TRANCE is the state in which hypnosis takes place. It is also a state we frequently enter, in the normal course of a day.
Hypnosis allows us to begin reaching the subconscious mind and utilising the mind/body connection.
How Does Hypnosis Work?
While hypnosis is often described as a sleep-like trance state, it is better described as a state characterized by focused attention and heightened imagination.
The value of experiencing trance and being hypnotised lies in the power to heal our own bodies and the power to create changes in our lives.
It is most often compared to daydreaming, or the feeling of “losing yourself” in a book or movie. You are fully conscious, but you tune out most of the stimuli around you. You focus intently on the subject at hand, to the near exclusion of any other thought.
In this special mental state, people feel very relaxed. This is because they tune out the worries and doubts that normally keep their actions in check. You might experience the same feeling while watching a movie: As you get engrossed in the plot, worries about your job, family, etc. fade away, until all you’re thinking about is what’s up on the screen.
In this state, you are also highly suggestible.
What Effects Does Hypnosis Have?
The experience of hypnosis can vary dramatically from one person to another. Some hypnotised individuals report feeling a sense of detachment or extreme relaxation during the hypnotic state, while others even feel that their actions seem to occur outside of their consciousness
Other individuals may remain fully aware and able to carry out conversations while under hypnosis.

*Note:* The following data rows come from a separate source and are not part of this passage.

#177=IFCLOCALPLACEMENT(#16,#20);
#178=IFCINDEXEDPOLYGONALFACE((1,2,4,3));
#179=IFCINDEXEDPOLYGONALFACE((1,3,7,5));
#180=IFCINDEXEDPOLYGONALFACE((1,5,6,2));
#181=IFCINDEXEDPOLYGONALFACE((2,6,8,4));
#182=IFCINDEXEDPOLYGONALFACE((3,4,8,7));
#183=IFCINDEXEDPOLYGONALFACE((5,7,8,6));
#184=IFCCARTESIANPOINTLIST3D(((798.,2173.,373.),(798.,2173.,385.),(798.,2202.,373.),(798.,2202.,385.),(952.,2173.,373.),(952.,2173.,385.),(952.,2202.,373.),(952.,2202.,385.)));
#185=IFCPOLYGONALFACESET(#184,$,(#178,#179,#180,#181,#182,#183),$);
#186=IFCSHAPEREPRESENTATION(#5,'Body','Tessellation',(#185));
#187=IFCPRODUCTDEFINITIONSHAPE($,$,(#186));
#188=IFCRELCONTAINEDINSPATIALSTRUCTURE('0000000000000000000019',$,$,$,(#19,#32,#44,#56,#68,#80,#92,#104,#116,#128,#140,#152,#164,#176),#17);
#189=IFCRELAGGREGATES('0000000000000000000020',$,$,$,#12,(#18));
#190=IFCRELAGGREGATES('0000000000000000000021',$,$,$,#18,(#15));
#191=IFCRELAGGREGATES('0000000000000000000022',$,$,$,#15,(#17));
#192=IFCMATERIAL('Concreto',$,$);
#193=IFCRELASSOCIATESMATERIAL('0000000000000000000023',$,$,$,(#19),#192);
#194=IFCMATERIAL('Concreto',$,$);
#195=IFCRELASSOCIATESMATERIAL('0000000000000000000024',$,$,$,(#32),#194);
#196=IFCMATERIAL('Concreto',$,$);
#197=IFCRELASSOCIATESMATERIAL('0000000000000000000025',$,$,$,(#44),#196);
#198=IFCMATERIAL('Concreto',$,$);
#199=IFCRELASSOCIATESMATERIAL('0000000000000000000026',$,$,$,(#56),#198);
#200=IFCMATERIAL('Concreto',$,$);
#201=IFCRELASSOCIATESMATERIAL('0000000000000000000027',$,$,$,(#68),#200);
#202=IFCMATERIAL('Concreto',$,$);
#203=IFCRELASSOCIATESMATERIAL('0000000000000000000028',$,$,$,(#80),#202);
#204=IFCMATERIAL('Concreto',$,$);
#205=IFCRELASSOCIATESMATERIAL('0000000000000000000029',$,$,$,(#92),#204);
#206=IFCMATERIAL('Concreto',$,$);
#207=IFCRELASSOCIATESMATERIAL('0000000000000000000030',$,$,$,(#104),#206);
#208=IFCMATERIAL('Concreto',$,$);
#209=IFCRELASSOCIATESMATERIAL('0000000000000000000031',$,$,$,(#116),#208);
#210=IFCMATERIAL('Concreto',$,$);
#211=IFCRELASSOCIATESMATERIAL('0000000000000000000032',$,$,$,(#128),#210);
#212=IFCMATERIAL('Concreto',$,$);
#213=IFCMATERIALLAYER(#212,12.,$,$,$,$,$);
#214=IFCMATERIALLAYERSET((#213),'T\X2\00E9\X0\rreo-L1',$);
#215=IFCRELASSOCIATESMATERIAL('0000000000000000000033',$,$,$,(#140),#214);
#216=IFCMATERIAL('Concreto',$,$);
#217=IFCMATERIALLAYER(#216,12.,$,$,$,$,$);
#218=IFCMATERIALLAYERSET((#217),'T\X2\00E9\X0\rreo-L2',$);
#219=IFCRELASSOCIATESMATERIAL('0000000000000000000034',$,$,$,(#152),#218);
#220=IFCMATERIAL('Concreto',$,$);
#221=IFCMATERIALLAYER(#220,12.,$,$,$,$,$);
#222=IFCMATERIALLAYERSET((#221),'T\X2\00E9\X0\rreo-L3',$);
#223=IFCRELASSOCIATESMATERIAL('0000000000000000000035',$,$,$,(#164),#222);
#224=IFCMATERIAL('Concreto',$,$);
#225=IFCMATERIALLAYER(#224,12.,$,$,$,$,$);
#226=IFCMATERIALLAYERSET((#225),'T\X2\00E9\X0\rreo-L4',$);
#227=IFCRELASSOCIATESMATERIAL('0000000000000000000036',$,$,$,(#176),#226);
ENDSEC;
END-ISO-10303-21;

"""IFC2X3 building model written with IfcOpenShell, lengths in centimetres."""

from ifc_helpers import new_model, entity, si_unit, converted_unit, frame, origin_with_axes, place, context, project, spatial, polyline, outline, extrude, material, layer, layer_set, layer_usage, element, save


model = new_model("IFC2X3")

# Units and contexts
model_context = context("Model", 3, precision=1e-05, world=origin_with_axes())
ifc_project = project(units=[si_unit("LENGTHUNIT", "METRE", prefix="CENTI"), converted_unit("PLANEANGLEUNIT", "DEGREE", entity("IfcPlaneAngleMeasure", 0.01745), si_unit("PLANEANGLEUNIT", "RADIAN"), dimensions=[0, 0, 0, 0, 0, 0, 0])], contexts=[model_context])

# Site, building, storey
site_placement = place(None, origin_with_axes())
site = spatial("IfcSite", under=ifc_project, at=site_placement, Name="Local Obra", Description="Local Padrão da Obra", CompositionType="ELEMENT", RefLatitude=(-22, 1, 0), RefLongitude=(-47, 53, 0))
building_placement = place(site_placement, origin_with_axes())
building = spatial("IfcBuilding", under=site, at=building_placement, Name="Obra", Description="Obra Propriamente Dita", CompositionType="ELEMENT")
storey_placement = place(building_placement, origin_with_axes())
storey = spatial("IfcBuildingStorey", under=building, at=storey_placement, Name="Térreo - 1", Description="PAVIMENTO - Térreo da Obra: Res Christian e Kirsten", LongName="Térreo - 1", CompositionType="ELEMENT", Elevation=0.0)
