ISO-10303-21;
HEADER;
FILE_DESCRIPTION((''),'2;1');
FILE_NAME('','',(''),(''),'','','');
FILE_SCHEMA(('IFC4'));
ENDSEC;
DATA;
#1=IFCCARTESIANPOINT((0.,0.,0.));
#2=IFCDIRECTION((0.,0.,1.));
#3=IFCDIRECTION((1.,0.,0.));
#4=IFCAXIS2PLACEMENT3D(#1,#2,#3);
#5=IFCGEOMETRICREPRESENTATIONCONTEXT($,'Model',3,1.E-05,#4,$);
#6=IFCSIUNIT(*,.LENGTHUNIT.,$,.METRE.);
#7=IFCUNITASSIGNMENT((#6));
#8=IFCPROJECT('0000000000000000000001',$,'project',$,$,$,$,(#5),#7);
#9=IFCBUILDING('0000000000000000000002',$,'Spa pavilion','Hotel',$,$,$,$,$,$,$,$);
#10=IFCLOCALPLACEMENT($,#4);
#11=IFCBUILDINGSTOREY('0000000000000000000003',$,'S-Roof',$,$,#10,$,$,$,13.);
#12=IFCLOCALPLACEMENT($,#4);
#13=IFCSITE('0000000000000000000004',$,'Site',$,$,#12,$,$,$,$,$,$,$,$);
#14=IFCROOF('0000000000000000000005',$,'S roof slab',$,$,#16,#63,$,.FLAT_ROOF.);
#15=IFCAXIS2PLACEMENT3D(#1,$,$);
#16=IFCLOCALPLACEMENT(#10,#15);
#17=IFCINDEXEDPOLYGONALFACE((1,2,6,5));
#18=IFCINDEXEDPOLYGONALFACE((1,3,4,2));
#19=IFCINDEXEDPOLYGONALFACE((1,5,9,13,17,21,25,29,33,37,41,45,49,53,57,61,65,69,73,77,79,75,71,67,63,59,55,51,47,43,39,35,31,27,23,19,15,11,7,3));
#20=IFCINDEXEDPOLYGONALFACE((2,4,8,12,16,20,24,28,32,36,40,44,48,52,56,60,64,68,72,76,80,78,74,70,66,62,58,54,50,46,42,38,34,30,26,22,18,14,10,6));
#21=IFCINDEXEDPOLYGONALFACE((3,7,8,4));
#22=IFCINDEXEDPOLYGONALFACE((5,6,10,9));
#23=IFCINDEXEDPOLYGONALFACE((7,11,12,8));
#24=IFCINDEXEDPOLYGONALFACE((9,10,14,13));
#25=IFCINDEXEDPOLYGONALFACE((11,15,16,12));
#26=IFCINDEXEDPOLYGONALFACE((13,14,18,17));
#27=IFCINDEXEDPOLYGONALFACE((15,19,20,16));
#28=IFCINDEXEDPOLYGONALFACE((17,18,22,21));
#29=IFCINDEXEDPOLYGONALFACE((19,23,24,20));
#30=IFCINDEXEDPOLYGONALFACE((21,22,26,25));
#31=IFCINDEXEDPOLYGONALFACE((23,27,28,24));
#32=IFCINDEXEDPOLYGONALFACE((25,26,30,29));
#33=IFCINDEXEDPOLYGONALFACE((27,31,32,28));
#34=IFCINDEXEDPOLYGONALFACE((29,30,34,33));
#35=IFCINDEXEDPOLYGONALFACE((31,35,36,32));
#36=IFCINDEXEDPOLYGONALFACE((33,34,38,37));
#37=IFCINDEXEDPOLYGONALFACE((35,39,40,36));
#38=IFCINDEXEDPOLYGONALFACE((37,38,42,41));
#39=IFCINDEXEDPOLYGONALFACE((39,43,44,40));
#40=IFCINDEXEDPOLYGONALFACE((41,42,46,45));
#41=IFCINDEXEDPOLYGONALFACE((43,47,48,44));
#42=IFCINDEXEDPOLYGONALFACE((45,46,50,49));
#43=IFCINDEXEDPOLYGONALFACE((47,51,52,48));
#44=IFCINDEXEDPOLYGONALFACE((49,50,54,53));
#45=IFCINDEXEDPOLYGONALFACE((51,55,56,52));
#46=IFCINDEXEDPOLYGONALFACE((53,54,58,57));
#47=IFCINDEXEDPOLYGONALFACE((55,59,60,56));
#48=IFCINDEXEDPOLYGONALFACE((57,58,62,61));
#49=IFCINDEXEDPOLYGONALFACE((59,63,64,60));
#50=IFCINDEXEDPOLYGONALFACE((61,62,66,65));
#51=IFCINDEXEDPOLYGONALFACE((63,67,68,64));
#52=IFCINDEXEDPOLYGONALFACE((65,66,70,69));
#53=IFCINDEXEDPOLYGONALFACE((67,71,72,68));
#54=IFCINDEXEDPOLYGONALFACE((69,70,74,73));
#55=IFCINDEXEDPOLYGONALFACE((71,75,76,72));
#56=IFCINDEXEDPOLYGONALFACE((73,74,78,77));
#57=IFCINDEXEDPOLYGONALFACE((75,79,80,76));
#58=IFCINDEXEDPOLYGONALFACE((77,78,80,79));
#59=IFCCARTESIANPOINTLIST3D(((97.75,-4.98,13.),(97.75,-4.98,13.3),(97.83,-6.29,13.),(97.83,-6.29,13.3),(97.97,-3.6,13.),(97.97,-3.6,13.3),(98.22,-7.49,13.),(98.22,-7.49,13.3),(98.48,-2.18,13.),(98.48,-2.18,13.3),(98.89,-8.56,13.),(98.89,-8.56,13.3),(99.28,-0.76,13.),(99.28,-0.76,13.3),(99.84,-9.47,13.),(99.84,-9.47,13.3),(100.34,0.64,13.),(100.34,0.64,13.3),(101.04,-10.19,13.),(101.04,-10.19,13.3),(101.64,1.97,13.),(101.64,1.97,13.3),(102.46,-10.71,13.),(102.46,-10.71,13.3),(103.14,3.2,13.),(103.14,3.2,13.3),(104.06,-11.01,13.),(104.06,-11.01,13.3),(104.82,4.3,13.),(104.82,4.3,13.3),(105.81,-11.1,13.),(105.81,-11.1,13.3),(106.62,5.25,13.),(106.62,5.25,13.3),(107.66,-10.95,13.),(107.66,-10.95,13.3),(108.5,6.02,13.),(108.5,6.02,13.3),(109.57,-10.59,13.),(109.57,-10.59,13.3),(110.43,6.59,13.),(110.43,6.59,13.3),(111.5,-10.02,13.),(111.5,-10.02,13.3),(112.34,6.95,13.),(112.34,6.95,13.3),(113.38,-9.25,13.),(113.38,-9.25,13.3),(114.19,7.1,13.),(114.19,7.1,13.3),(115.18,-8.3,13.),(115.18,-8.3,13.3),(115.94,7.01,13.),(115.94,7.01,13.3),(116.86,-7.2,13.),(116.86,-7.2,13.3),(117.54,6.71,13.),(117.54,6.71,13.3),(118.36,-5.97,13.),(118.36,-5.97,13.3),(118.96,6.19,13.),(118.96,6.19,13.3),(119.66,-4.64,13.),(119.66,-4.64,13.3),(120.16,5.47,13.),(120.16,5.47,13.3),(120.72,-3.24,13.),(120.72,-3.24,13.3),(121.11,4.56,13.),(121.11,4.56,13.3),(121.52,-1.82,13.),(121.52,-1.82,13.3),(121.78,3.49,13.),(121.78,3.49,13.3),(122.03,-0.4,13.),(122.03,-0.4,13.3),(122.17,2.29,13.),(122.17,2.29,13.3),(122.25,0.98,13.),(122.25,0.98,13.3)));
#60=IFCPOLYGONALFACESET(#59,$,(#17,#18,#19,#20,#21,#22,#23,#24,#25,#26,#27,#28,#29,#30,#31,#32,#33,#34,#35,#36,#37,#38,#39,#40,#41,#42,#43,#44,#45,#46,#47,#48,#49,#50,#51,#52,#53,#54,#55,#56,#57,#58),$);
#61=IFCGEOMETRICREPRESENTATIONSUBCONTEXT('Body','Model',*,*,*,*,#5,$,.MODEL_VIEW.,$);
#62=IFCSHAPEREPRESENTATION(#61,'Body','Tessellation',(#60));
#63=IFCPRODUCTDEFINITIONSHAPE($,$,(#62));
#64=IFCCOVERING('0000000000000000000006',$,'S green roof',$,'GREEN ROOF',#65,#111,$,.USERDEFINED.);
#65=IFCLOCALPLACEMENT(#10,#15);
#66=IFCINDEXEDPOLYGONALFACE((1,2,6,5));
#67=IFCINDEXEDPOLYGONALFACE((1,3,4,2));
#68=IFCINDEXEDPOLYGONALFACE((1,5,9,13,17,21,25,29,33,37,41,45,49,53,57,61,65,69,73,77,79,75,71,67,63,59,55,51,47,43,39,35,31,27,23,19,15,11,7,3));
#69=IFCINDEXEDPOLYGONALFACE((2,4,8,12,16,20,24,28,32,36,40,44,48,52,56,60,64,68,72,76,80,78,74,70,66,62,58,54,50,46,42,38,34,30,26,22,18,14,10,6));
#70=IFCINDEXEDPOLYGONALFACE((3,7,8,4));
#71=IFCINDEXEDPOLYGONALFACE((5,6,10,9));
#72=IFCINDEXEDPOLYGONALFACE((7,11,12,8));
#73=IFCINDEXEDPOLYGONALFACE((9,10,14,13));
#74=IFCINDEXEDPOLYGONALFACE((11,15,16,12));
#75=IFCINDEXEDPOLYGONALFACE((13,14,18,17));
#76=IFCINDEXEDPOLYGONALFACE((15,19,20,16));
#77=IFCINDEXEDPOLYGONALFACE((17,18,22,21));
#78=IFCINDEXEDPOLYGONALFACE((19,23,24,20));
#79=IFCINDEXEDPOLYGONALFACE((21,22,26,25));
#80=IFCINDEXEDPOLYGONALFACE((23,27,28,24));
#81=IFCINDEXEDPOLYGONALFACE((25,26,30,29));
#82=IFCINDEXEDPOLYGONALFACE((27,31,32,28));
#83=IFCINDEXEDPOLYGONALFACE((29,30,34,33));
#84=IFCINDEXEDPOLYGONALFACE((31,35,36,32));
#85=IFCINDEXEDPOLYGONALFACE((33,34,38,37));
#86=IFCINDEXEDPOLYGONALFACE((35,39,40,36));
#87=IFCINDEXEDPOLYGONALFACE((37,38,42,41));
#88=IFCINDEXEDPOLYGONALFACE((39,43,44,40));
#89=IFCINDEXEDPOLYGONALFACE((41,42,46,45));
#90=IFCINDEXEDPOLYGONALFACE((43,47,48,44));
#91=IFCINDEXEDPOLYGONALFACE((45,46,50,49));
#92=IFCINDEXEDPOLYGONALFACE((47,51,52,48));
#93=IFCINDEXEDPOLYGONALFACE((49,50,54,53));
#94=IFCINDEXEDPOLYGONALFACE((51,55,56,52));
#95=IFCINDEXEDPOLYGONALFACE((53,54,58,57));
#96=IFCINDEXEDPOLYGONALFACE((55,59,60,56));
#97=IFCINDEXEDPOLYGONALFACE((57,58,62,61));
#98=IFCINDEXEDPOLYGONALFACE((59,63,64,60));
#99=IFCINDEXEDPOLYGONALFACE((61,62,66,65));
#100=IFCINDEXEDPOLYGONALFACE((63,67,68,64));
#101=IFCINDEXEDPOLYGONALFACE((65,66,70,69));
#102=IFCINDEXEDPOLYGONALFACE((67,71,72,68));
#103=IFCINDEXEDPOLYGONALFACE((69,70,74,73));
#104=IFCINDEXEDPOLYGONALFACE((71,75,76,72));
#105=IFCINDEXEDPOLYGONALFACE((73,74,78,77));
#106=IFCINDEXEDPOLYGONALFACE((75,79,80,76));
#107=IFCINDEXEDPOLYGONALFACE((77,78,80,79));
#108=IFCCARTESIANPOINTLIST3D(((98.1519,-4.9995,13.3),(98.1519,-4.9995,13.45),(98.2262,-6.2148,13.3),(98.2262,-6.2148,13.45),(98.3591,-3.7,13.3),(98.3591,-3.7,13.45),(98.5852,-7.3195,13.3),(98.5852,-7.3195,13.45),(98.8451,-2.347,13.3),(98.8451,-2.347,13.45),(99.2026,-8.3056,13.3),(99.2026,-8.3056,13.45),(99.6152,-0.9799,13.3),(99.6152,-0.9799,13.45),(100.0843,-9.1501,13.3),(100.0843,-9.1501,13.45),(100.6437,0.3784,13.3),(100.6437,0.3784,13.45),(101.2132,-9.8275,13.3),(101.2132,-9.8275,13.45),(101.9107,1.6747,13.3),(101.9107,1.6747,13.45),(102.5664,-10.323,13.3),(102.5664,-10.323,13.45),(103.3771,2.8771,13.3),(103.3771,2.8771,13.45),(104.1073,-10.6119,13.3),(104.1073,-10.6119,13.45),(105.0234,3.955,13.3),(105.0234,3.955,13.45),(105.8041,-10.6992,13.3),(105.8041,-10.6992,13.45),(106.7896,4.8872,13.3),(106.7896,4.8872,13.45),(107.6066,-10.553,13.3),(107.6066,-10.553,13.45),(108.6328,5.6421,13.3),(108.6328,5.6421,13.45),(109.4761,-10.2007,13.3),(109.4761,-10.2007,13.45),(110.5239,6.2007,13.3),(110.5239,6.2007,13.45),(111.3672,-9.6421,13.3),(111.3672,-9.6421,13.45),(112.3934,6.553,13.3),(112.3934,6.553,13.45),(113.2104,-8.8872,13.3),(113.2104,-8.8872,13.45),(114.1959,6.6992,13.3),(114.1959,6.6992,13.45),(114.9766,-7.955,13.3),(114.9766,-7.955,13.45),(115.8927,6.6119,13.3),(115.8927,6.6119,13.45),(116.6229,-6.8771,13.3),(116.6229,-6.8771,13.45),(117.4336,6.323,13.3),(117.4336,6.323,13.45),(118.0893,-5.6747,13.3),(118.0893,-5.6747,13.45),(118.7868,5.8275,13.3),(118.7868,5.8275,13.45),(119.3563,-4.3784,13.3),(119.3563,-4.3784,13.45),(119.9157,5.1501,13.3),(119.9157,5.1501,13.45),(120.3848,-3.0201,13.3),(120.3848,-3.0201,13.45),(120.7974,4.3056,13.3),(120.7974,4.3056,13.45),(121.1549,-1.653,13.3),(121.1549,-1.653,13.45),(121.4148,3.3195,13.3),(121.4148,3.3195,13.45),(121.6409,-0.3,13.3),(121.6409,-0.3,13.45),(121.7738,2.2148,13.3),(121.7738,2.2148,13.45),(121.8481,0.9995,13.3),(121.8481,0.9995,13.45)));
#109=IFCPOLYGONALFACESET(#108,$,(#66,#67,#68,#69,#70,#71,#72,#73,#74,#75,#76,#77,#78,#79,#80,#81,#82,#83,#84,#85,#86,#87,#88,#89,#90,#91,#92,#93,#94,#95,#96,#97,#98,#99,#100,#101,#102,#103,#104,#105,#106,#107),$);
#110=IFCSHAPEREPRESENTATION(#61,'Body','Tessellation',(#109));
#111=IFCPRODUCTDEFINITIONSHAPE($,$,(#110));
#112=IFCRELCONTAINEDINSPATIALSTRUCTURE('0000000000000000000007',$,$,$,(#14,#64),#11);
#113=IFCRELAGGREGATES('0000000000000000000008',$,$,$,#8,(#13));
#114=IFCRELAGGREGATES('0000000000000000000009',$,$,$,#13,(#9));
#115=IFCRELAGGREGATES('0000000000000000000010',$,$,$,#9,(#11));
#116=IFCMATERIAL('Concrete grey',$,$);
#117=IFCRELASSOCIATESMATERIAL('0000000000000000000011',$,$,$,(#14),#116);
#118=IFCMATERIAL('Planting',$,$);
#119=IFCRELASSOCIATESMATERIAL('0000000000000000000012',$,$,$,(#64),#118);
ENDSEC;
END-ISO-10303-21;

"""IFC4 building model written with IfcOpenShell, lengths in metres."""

from ifc_helpers import new_model, si_unit, frame, origin_with_axes, place, context, subcontext, project, spatial, polyline, outline, extrude, material, element, save


model = new_model("IFC4")

# Units and contexts
model_context = context("Model", 3, precision=1e-05, world=origin_with_axes())
body_context = subcontext(model_context, "Body", "Model", "MODEL_VIEW")
ifc_project = project(units=[si_unit("LENGTHUNIT", "METRE")], contexts=[model_context])

# Site, building, storey
site_placement = place(None, origin_with_axes())
site = spatial("IfcSite", under=ifc_project, at=site_placement, Name="Site")
building = spatial("IfcBuilding", under=site, Name="Spa pavilion", Description="Hotel")
storey_placement = place(None, origin_with_axes())
storey = spatial("IfcBuildingStorey", under=building, at=storey_placement, Name="S-Roof", Elevation=13.0)

# Roof
ifc_material_1 = material(Name="Concrete grey")
roof_placement = place(storey_placement, origin_with_axes())
element("IfcRoof", 1, at=roof_placement, inside=storey, material=ifc_material_1, Name="S roof slab", PredefinedType="FLAT_ROOF", context=body_context, shape_type="SweptSolid", body=[
    extrude(outline(polyline([(121.78, 3.49), (121.11, 4.56), (120.16, 5.47), (118.96, 6.19), (117.54, 6.71), (115.94, 7.01), (114.19, 7.1), (112.34, 6.95), (110.43, 6.59), (108.5, 6.02), (106.62, 5.25), (104.82, 4.3), (103.14, 3.2), (101.64, 1.97), (100.34, 0.64), (99.28, -0.76), (98.48, -2.18), (97.97, -3.6), (97.75, -4.98), (97.83, -6.29), (98.22, -7.49), (98.89, -8.56), (99.84, -9.47), (101.04, -10.19), (102.46, -10.71), (104.06, -11.01), (105.81, -11.1), (107.66, -10.95), (109.57, -10.59), (111.5, -10.02), (113.38, -9.25), (115.18, -8.3), (116.86, -7.2), (118.36, -5.97), (119.66, -4.64), (120.72, -3.24), (121.52, -1.82), (122.03, -0.4), (122.25, 0.98), (122.17, 2.29), (121.78, 3.49)])), frame((0.0, 0.0, 13.0), z_axis=(0.0, 0.0, 1.0), x_axis=(1.0, 0.0, 0.0)), (0.0, 0.0, 1.0), 0.3),
])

Experiments by researcher Ernest Hilgard demonstrated how hypnosis can be used to dramatically alter perceptions. After instructing a hypnotised individual to not feel pain in his or her arm, the participant’s arm was then placed in ice water. While non-hypnotised individuals had to remove their arm from the water after a few seconds due to the pain, the hypnotised individuals were able to leave their arms in the ice water for several minutes without experiencing pain.
What Can Hypnosis Be Used For?
Hypnosis can be used for many different conditions, where there is pain, anxiety, stress, addictions and fears.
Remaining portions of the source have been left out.